GOAL OF THE EXERCISE → Wherever the word "IFCSIUNIT" turns up in a line of the entries, copy that line.
-=-=-=-=-
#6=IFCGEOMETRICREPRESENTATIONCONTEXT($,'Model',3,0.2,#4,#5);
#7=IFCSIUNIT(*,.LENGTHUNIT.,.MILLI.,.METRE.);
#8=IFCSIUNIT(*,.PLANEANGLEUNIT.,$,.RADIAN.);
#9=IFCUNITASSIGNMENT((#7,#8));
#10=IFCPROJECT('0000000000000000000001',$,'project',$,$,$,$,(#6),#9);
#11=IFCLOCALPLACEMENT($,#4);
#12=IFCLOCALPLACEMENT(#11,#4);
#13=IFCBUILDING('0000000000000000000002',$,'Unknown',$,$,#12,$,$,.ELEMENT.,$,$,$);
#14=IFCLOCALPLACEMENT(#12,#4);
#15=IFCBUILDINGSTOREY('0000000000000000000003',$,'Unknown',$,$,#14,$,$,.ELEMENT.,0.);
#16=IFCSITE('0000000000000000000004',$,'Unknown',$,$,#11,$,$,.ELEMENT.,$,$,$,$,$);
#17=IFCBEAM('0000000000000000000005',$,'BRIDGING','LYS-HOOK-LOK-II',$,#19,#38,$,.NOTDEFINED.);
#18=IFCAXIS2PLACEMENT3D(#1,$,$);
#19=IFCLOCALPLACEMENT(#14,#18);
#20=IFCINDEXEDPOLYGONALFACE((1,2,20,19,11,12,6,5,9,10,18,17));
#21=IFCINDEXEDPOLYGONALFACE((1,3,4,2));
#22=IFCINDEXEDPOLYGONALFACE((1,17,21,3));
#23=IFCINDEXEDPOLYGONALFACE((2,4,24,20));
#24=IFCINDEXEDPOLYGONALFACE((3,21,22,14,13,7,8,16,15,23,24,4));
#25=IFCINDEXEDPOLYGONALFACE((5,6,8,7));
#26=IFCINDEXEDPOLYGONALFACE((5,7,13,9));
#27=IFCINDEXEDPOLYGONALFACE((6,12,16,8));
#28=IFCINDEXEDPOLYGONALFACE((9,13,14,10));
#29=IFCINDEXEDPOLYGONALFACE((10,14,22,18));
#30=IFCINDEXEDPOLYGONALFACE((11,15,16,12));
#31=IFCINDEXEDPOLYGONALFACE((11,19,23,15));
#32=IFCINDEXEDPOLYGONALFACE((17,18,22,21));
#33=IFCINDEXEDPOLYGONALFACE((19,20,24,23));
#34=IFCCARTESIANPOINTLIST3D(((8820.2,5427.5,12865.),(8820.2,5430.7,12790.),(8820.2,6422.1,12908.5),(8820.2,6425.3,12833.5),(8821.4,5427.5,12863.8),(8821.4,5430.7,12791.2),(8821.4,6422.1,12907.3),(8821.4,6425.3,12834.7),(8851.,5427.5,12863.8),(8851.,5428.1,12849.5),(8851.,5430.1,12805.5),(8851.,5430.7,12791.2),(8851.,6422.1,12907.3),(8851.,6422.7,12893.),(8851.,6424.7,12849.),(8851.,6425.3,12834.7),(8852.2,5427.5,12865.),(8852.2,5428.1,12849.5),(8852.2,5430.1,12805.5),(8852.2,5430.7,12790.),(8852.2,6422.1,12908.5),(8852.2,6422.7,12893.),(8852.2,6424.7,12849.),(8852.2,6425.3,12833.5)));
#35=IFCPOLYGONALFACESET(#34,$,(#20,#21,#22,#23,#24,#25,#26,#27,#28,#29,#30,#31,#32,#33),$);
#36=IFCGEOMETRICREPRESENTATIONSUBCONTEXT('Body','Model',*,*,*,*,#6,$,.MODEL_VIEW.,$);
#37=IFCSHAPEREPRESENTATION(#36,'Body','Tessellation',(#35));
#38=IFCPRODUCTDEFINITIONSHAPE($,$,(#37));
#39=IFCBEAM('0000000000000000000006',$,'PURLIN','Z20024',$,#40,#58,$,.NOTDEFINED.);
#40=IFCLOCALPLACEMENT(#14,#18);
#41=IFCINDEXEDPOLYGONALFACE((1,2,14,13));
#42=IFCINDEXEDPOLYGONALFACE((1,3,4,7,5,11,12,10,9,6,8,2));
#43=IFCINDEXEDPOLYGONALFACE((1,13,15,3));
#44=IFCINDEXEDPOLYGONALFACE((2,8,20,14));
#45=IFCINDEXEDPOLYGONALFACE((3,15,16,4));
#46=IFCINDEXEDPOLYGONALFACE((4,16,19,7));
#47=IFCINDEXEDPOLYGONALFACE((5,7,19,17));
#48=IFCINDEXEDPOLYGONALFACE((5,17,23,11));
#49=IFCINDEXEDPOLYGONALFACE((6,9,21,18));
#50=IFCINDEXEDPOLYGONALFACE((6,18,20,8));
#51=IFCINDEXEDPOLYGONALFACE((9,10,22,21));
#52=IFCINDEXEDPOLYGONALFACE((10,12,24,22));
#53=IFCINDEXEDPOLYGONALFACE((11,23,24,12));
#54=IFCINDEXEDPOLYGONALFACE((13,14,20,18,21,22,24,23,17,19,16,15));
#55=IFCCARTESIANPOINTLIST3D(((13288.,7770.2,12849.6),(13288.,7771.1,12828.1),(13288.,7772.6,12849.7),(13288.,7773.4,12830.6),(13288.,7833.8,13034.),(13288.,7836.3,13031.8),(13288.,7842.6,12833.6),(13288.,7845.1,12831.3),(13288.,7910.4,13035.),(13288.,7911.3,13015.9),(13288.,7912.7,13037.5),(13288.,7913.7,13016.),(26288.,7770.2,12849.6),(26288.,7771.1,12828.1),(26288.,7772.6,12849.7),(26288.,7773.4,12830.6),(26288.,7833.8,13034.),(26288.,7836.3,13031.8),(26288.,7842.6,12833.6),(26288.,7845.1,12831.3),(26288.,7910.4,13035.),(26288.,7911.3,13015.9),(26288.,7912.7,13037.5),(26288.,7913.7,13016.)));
-=-=-=-=-
TASK SOLUTION →
#7=IFCSIUNIT(*,.LENGTHUNIT.,.MILLI.,.METRE.);
#8=IFCSIUNIT(*,.PLANEANGLEUNIT.,$,.RADIAN.);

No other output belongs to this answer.